Member of Parliament, Lok Sabha
- In office May 2014 – May 2019
- Preceded by: Saidul Haque
- Succeeded by: S. S. Ahluwalia
- Constituency: Bardhaman-Durgapur

Personal details
- Born: 16 January 1946
- Died: 27 August 2026 (aged 80) Kolkata, West Bengal, India
- Party: Trinamool Congress
- Spouse: Nurey Alam Chowdhury
- Parent: Syed Abdul Mansur Habibullah (father);
- Profession: Medical Practitioner/Professor

= Mamtaz Sanghamita =

Indian politician (1946–2026)

Mamtaz Sanghamita (16 January 1946 – 27 August 2026) was an Indian gynaecologist and politician. She was a member of parliament to the 16th Lok Sabha from Bardhaman-Durgapur (Lok Sabha constituency), West Bengal. Sanghamita won the 2014 Indian general election being an All India Trinamool Congress candidate.

Mamtaz Sanghamita was the daughter of the late Syed Abdul Mansur Habibullah, a Speaker of the West Bengal assembly and a Law Minister, and Maqsooda Khatoon, an educationist.

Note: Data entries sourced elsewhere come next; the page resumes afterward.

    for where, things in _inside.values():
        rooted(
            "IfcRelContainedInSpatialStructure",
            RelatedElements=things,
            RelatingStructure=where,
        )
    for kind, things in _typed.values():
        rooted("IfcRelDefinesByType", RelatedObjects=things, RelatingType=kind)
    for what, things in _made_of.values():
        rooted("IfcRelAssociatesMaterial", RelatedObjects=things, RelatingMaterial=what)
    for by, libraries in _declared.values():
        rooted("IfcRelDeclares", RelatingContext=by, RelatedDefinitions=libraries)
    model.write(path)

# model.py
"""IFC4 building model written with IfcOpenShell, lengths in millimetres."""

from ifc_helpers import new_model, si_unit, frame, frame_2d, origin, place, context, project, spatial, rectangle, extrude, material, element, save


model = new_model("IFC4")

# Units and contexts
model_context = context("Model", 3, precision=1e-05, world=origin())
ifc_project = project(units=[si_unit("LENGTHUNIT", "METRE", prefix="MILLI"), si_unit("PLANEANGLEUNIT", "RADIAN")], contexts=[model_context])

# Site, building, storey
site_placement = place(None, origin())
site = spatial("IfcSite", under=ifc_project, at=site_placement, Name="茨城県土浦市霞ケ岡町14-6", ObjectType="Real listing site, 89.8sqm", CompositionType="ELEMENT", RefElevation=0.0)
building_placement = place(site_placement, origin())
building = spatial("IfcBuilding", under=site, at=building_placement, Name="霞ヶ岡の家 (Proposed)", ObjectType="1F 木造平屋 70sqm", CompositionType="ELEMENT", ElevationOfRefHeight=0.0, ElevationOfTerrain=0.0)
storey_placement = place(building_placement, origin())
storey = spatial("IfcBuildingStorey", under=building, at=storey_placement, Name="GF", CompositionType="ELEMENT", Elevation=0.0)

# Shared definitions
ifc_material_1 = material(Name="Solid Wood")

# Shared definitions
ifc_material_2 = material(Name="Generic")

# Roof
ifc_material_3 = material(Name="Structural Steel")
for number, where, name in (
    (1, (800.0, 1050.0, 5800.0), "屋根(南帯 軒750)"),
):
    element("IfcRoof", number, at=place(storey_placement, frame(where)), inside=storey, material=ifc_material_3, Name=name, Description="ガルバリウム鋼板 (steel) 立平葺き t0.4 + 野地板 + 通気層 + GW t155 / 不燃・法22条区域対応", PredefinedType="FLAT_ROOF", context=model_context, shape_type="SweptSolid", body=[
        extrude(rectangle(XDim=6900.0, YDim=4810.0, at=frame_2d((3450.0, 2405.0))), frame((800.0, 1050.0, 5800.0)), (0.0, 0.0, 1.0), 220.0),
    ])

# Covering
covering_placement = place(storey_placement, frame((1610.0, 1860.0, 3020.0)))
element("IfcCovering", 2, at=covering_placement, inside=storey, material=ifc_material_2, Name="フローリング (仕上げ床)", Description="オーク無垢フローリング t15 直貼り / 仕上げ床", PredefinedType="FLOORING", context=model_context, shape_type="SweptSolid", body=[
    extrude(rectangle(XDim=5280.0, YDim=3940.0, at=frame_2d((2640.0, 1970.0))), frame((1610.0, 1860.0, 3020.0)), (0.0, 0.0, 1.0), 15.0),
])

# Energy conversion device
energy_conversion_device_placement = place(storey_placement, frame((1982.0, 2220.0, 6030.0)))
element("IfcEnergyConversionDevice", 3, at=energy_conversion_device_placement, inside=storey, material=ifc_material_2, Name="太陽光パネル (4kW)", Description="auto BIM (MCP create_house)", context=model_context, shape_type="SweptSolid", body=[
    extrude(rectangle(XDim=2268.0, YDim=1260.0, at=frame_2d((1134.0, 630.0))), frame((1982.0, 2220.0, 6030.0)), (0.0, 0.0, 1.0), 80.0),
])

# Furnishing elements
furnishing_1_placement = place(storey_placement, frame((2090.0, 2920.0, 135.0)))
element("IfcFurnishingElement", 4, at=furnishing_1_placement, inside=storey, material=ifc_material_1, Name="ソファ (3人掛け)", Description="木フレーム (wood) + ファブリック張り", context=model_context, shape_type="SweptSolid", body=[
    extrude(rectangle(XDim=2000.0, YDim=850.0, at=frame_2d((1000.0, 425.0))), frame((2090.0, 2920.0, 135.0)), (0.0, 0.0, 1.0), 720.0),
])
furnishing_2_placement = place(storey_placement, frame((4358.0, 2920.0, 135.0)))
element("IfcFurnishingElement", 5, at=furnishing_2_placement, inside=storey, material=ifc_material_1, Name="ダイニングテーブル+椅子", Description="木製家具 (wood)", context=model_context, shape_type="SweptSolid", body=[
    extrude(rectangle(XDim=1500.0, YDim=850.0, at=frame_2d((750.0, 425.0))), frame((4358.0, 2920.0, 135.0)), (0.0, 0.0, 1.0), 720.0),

She was head of the department of gynaecology at Calcutta Medical College and Hospital.

==Early life==
Sanghamita attended the Municipal Girls School in Bardhaman and the Brahmo Balika Shikshalaya in Kolkata from where she passed out in first division securing letter in four subjects. She completed Pre-Medical from Bethune College. Sanghamita obtained MB BS from Calcutta Medical College in 1968. This was followed by DGO in 1970 from the University of Calcutta and MD (OTG) from Delhi University. She went to UK for higher studies.

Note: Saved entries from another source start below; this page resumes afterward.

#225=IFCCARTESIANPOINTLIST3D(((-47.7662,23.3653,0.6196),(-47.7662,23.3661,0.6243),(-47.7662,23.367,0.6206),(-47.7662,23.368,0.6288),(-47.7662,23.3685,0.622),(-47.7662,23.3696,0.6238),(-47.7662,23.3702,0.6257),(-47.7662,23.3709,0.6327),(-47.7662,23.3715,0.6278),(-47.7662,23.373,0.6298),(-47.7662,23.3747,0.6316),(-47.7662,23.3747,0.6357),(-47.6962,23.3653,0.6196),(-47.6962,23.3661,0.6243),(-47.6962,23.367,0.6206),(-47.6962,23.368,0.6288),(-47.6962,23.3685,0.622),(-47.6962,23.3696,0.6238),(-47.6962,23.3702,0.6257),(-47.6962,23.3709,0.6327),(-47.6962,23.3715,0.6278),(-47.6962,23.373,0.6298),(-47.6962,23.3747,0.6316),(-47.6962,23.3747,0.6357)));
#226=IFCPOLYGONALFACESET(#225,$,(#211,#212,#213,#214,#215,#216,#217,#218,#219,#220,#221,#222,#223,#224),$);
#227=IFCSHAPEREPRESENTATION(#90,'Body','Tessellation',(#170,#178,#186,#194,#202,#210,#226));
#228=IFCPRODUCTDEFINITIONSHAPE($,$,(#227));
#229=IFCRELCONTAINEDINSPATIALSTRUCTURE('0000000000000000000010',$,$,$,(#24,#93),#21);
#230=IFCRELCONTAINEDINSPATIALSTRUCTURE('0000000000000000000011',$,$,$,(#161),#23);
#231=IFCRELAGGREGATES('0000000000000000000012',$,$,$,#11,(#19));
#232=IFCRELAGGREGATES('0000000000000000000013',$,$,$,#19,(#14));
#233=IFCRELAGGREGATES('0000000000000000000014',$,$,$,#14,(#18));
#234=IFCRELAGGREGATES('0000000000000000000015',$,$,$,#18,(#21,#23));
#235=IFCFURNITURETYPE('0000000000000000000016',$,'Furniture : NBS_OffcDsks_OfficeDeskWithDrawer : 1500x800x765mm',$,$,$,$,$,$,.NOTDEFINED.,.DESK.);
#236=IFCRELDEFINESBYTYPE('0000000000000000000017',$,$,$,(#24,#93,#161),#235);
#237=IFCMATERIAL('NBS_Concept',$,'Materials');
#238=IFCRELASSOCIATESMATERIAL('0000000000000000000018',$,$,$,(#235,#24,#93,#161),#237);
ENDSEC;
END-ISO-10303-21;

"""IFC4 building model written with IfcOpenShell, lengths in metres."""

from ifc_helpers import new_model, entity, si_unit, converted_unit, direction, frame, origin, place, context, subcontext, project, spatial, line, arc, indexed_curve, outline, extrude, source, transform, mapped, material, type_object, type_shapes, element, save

==Personal life and death==
In 1975, she married Nurey Alam Chowdhury, a barrister and later a Cabinet Minister in the State Government. Their only daughter, Dr. Shabana Roze, has a MB BS from National Medical College and is pursuing higher medical research.

Sanghamita died on 27 August 2026, at the age of 80.